▶ _WORK INSTRUCTION_: The answer must consist of every line below that contains the word "IFCPRODUCTDEFINITIONSHAPE".
====== DATA PROVIDED
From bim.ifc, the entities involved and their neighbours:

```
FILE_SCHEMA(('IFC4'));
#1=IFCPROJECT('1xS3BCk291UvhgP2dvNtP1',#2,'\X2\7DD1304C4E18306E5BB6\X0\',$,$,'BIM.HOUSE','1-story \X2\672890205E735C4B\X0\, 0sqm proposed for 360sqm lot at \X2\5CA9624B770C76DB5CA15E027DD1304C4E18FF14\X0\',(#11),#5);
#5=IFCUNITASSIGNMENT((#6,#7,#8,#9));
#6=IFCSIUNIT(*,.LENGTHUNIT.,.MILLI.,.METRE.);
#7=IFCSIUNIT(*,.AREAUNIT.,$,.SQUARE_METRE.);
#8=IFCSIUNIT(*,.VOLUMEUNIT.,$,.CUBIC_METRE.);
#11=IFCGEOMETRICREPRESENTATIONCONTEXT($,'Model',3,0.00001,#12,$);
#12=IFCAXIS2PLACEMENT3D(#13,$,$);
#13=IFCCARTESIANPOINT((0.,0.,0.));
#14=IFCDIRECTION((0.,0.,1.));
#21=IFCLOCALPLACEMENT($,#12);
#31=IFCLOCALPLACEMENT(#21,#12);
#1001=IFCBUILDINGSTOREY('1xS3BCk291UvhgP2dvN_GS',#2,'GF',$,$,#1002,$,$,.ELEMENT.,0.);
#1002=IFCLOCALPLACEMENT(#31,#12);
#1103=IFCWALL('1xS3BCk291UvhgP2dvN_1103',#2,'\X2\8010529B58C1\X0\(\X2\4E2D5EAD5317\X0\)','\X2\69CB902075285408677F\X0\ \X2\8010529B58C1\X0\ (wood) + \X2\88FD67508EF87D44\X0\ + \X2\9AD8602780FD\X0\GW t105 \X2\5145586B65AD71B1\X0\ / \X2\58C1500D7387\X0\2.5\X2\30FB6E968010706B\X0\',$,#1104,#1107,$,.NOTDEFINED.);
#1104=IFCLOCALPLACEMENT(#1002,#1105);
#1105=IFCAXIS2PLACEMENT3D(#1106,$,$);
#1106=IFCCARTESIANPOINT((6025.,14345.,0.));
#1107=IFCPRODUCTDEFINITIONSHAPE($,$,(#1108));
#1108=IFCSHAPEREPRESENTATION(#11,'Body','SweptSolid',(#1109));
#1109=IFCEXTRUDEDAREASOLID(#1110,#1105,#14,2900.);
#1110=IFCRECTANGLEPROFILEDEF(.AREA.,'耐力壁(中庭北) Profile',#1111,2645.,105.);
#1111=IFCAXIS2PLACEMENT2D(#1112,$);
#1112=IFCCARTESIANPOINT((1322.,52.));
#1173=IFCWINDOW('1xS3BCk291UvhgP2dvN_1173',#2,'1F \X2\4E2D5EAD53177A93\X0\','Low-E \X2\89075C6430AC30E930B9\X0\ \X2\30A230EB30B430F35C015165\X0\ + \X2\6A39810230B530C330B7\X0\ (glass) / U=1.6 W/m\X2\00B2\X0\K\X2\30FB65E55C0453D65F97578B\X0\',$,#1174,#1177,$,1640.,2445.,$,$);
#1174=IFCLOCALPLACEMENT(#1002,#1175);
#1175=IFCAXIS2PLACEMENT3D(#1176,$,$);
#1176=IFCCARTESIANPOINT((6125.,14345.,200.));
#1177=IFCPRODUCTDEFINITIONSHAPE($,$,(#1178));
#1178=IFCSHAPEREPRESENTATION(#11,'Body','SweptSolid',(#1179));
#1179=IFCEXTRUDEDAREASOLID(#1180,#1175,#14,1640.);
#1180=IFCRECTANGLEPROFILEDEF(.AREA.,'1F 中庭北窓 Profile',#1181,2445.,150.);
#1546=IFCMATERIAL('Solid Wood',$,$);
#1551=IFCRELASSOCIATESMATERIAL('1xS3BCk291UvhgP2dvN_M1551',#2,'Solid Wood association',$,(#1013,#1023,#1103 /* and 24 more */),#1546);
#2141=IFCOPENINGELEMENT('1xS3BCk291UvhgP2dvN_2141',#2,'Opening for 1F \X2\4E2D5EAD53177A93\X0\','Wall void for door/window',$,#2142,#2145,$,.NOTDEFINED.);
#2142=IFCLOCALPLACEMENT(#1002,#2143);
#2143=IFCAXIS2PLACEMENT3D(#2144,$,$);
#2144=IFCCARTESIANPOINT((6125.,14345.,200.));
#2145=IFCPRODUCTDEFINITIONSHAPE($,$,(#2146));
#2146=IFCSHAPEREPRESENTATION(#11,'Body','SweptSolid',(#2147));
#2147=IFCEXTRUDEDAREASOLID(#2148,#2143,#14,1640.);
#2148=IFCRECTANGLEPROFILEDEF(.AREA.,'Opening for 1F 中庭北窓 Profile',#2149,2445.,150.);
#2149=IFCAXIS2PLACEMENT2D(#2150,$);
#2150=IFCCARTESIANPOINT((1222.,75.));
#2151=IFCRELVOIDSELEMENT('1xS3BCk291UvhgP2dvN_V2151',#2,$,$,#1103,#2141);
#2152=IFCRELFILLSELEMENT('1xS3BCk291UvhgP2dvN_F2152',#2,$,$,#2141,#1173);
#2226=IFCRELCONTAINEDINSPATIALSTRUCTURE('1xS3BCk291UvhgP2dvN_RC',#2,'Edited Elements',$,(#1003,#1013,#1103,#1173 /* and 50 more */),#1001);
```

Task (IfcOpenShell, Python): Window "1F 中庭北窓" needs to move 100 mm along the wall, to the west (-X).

```python
import ifcopenshell
import ifcopenshell.api.geometry
import ifcopenshell.util.placement
import ifcopenshell.util.unit

model = ifcopenshell.open("bim.ifc")
unit_scale = ifcopenshell.util.unit.calculate_unit_scale(model)

window = model.by_id(1173)
opening = window.FillsVoids[0].RelatingOpeningElement
wall = opening.VoidsElements[0].RelatingBuildingElement

wall_matrix = ifcopenshell.util.placement.get_local_placement(wall.ObjectPlacement)
shift = wall_matrix[:3, 0] * -0.1 / unit_scale
before = ifcopenshell.util.placement.get_local_placement(window.ObjectPlacement)[:3, 3].copy()

# The window is not placed relative to its opening, so move both.
for product in (opening, window):
    matrix = ifcopenshell.util.placement.get_local_placement(product.ObjectPlacement)
    matrix[:3, 3] += shift
    ifcopenshell.api.geometry.edit_object_placement(model, product=product, matrix=matrix, is_si=False)

after = ifcopenshell.util.placement.get_local_placement(window.ObjectPlacement)[:3, 3]
print("window moved by", (after - before).round(3) + 0.0)

model.write("bim-out.ifc")
```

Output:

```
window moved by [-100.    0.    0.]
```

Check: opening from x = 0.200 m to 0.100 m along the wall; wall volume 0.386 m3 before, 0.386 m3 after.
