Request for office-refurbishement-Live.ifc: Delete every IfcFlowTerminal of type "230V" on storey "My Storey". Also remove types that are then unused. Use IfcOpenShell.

First a look at what the model holds.

```python
import ifcopenshell
import ifcopenshell.util.element

model = ifcopenshell.open("office-refurbishement-Live.ifc")
print(model.schema)
storey = next(s for s in model.by_type("IfcBuildingStorey") if s.Name == "My Storey")
terminals = [e for e in ifcopenshell.util.element.get_decomposition(storey) if e.is_a("IfcFlowTerminal")]
seen = {}
for e in terminals:
    element_type = ifcopenshell.util.element.get_type(e)
    name = element_type.Name if element_type not in (None, e) else None
    seen[name] = seen.get(name, 0) + 1
for name, count in sorted(seen.items(), key=str):
    print(count, "x", name)
```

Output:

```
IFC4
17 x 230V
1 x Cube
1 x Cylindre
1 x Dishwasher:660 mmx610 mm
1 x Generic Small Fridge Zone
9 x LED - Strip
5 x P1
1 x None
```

```python
import ifcopenshell
import ifcopenshell.api.root
import ifcopenshell.util.element

model = ifcopenshell.open("office-refurbishement-Live.ifc")

storey = next(s for s in model.by_type("IfcBuildingStorey") if s.Name == "My Storey")
terminals = [e for e in ifcopenshell.util.element.get_decomposition(storey) if e.is_a("IfcFlowTerminal")]
targets = [e for e in terminals if (t := ifcopenshell.util.element.get_type(e)) not in (None, e) and t.Name == "230V"]
types = {ifcopenshell.util.element.get_type(e) for e in targets} - {None, *targets}

for e in targets:
    ifcopenshell.api.root.remove_product(model, product=e)
print(len(targets), "removed")

unused = [t for t in types if not ifcopenshell.util.element.get_types(t)]
for t in unused:
    ifcopenshell.api.root.remove_product(model, product=t)
print(len(unused), "unused types removed")

model.write("office-refurbishement-Live_v2.ifc")
```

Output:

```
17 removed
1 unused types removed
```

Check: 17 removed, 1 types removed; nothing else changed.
============
▶ _RESPONSE TO THE TASK_:
#1107=IFCPRODUCTDEFINITIONSHAPE($,$,(#1108));
#1177=IFCPRODUCTDEFINITIONSHAPE($,$,(#1178));
#2145=IFCPRODUCTDEFINITIONSHAPE($,$,(#2146));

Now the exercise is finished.